Врачи не рекомендуют горевать о неразделенной любви более полугода. Но, похоже, мой отсчет только сегодня начался.
Дороги домой из пригорода я не запомнил. Я вспоминал ее лицо, глаза, волосы, голос. Каждая черта ее теперь светилась ненавистью ко мне: лицо – мертвенно бледное, волосы – черные, как бездна, глаза – будто металл, холодно-серые и голос – механический, словно его исказили специально, анонимности ради.
Возвратившись домой, я долго не мог сообразить, что делать дальше. С минуту стоял и рассматривал кухонный стол: в чашку с водой попадали черемуховые лепестки. Я выпил, проглотив их, воду, та имела странный вкус. И ощутил себя японским самураем под цветущей сакурой, но в большей степени – Сократом, что предпочел яд изгнанию.
Завидуя философу, решил лечь спать. Не отказался бы теперь уснуть если не вечным сном, то летаргическим.
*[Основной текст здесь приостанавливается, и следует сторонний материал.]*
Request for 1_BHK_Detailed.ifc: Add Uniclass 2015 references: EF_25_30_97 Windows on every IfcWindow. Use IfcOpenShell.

First a look at what the model holds.

```python
import ifcopenshell

model = ifcopenshell.open("1_BHK_Detailed.ifc")
print(model.schema)
print("classifications:", [c.Name for c in model.by_type("IfcClassification")])
for ifc_class in ("IfcDoor", "IfcRoof", "IfcStair", "IfcWall", "IfcWindow"):
    print(ifc_class, len(model.by_type(ifc_class)))
```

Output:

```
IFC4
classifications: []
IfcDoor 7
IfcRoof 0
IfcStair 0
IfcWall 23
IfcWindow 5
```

```python
import ifcopenshell
import ifcopenshell.api.classification

model = ifcopenshell.open("1_BHK_Detailed.ifc")

system = ifcopenshell.api.classification.add_classification(model, classification="Uniclass 2015")

codes = {
    "IfcWindow": ("EF_25_30_97", "Windows"),
}
for ifc_class, (code, name) in codes.items():
    products = model.by_type(ifc_class)
    ifcopenshell.api.classification.add_reference(
        model, products=products, classification=system, identification=code, name=name
    )
    print(code, len(products))

model.write("1_BHK_Detailed_edited.ifc")
```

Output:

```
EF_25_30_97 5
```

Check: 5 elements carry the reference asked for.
Чтобы проспать несколько месяцев кряду, как лягушка, безболезненно вмерзшая в толщу льда, раз уж стать принцем от поцелуя прекрасной принцессы мне теперь не грозило, и даже в мечтах не грезилось.
В спальне я рухнул на кровать, не раздеваясь, и лишь тогда заметил, что тяжелый запах черемухи пробрался и сюда. К нему уже примешивались нотки тления. Я думал, было, встать и выбросить цветок, но сон сковал меня по рукам и ногам. Мгновением прежде, чем уснул, я подумал об одноименном слезоточивом газе. Быть может, стоило распылить его в квартире? Тогда я обрел бы облегчение в слезах.
Я провалился в сон внезапно, отключился, как по воле анестезиолога, и даже не пришлось считать от десяти до одного…
Проснулся же от собственного кашля в густом черном дыму. Не видя ничего, задыхаясь, бросился вон из комнаты.
В коридоре трещал огонь – скользил по глади паркета. Босой, я мог еще преодолеть те несколько шагов, что отделяли меня от входной двери. Но тут заметил ее – собственную смерть, что, словно джин, томилась не в бутылке, а в канистре с керосином. Ее уже обнимал огонь, я видел, как тает снегом белый пластик…
В последний миг, что еще осознавал, я повалился на пол, инстинктивно закрывая голову руками. «Вот и конец», – пронеслась мысль быстрее ветра, распалявшего пожар.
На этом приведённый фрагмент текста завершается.